Diffusion model’s forward SDE is as the following:

\[dx_t = -\frac{1}{2} \beta(t)x_tdt + \sqrt{\beta(t)} dw_t,\]

where \(\beta(t)\) describes how fast \(x_t\) is destroyed by adding noise (aka. noise schedule). From this equation, we see that the first term (drift term) is negative and therefore, it makes the mean of the final distribution to go to zero. The variance of the final distribution comes from the second term (noise term). As a result, the final distribution of the forward SDE is \(N(0, I_d)\).

Fokker-Planck Equation

SDEs in general gives us a “particle” view. It tells us about how each particles move in a dynamic system and there are many different possible trajectories that these particles can move because of randomness. But behind every SDE, there is an underlying distribution, be it stationary or non-stationary.

The Fokker-Planck equation gives this “distributional” view. It describes how distributions change over time and ignores the detail of particles. As a result, all the different trajectories generated by an SDE correspond to the same Fokker-Planck equation.

  • SDE : sample path
  • Fokker-Planck : distribution of these sample paths over time

A general SDE is of the form:

\[dx_t = f(x_t,t) dt + g(t) dw_t,\]

where \(f(x_t,t)dt\) is a drift term that tells which direction sample \(x_t\) should go and \(g(t)dw_t\) is a diffusion term that adds perturbation.

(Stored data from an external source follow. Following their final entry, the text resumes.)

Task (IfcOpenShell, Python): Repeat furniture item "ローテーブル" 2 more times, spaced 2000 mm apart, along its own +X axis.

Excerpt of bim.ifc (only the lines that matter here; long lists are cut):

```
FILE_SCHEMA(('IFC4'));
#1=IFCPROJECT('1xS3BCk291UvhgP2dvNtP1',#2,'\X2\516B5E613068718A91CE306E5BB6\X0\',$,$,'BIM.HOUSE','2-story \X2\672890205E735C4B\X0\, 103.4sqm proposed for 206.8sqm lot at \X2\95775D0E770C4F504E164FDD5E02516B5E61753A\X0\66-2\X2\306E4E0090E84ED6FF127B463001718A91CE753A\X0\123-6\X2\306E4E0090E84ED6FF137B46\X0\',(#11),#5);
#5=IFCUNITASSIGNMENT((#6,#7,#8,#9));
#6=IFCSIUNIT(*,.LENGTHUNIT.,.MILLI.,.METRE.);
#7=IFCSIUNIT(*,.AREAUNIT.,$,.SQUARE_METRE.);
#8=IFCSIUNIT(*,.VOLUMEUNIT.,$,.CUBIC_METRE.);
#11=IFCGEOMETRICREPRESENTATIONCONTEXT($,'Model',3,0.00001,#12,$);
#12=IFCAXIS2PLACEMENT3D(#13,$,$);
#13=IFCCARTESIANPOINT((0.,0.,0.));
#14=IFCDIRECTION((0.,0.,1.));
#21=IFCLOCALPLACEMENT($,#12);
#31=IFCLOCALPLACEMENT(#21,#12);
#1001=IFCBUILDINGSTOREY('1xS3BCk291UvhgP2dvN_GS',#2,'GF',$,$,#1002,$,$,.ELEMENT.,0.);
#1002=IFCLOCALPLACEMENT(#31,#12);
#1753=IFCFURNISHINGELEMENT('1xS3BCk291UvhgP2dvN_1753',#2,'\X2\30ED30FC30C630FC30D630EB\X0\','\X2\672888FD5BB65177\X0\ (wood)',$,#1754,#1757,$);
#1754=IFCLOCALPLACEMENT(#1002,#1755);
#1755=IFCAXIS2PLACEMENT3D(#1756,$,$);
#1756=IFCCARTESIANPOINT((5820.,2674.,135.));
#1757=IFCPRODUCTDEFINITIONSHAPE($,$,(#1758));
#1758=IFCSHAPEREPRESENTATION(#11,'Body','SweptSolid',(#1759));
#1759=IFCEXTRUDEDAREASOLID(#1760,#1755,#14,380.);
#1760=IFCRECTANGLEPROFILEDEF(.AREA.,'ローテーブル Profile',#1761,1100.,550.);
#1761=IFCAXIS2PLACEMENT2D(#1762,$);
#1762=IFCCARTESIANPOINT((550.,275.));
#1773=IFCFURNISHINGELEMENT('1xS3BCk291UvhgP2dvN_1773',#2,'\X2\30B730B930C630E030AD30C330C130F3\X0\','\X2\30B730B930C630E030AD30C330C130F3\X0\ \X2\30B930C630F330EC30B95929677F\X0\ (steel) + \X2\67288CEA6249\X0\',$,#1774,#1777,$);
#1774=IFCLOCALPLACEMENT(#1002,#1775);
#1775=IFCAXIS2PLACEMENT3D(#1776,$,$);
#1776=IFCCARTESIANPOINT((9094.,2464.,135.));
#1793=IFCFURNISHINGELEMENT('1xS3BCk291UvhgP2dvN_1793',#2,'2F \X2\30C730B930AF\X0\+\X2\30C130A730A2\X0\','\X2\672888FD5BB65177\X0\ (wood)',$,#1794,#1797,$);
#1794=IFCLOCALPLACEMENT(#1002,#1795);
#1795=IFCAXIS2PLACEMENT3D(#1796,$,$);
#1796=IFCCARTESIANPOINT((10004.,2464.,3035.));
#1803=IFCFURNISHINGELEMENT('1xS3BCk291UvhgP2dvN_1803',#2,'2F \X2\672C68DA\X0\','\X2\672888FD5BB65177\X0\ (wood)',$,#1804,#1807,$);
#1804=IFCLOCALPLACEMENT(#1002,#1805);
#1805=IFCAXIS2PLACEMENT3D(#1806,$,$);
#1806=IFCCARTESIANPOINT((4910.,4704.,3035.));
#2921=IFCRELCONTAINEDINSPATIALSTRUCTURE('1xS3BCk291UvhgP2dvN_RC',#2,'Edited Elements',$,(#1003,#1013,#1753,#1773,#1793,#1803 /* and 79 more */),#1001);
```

```python
import ifcopenshell
import ifcopenshell.api.geometry
import ifcopenshell.api.root
import ifcopenshell.util.element
import ifcopenshell.util.placement
import ifcopenshell.util.unit

model = ifcopenshell.open("bim.ifc")
unit_scale = ifcopenshell.util.unit.calculate_unit_scale(model)


def reuse_history(source, copy):
    """copy_class also copies each property set's owner history, people and application; keep the originals."""
    for rel in copy.IsDefinedBy:
        if rel.is_a("IfcRelDefinesByProperties") and (history := rel.RelatingPropertyDefinition.OwnerHistory):
            rel.RelatingPropertyDefinition.OwnerHistory = source.OwnerHistory
            ifcopenshell.util.element.remove_deep2(model, history)


source = model.by_guid("1xS3BCk291UvhgP2dvN_1753")
base = ifcopenshell.util.placement.get_local_placement(source.ObjectPlacement)
step = base[:3, 0] * 2 / unit_scale

for i in range(1, 3):
    copy = ifcopenshell.api.root.copy_class(model, product=source)
    copy.Representation = ifcopenshell.util.element.copy_deep(
        model, source.Representation, exclude=["IfcGeometricRepresentationContext", "IfcRepresentationMap"]
    )
    reuse_history(source, copy)
    matrix = base.copy()
    matrix[:3, 3] += i * step
    print("added at", matrix[:3, 3].round(3) + 0.0)
    ifcopenshell.api.geometry.edit_object_placement(model, product=copy, matrix=matrix, is_si=False)

model.write("bim_v2.ifc")
```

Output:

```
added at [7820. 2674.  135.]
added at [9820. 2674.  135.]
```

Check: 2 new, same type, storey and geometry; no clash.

Then, the corresponding pdf \(p_t(x)\) satisfies the Fokker-Planck equation:

\[\frac{\partial p_t(x)}{\partial t} = - \nabla \cdot (f(x,t)p_t(x)) + \frac{1}{2} \nabla^2 (g(t)^2p_t(x)).\]

As in the SDE, the first term is here can also be interpreted as a drift term. \(\nabla \cdot\) is a divergence operator, which measures how much probability is entering or leaving at x(t) (equivalent to \(\text{Tr}(\nabla (f(x,t)p_t(x)))\)). It tells us if the density increases or decreases. The second term is a diffusion term, which tells how fast or slow the distribution spreads over time. \(\nabla^2\) is the Laplacian operator, which will lead \(p_t(x)\) to spread out. \(g(t)\) tells you how strong the diffusion is.

Fokker-Planck to SDEs

For stationary SDE, \(\frac{\partial p_t(x)}{\partial t}=0\).
We can see that for the Langevin SDE, by setting \(f(x,t) = \nabla_x \text{log} p(x_t)\) and \(g(t)=\sqrt{2}\):

\[\frac{\partial p_t(x)}{\partial t} = - \nabla \cdot (p_t(x) \nabla_x \text{log} p(x)) + \nabla^2 p_t(x) = 0.\]

Thus, \(p_t(x)\) does not change over time.

For diffusion forward SDE, \(f(x,t) = -\frac{1}{2} \beta(t)x_t\) and \(g(t)=\sqrt{\beta(t)}\):

\[\frac{\partial p_t(x)}{\partial t} = \nabla \cdot (\frac{1}{2} \beta(t)x_t p_t(x)) + \frac{1}{2} \beta(t)\nabla^2p_t(x) \neq 0.\]

This shows why during the diffusion forward process, \(p_t(x)\) becomes more and more Gaussian over time.

References

  • Lai, Chieh-Hsin, et al. “The principles of diffusion models.” arXiv preprint arXiv:2510.21890 (2025).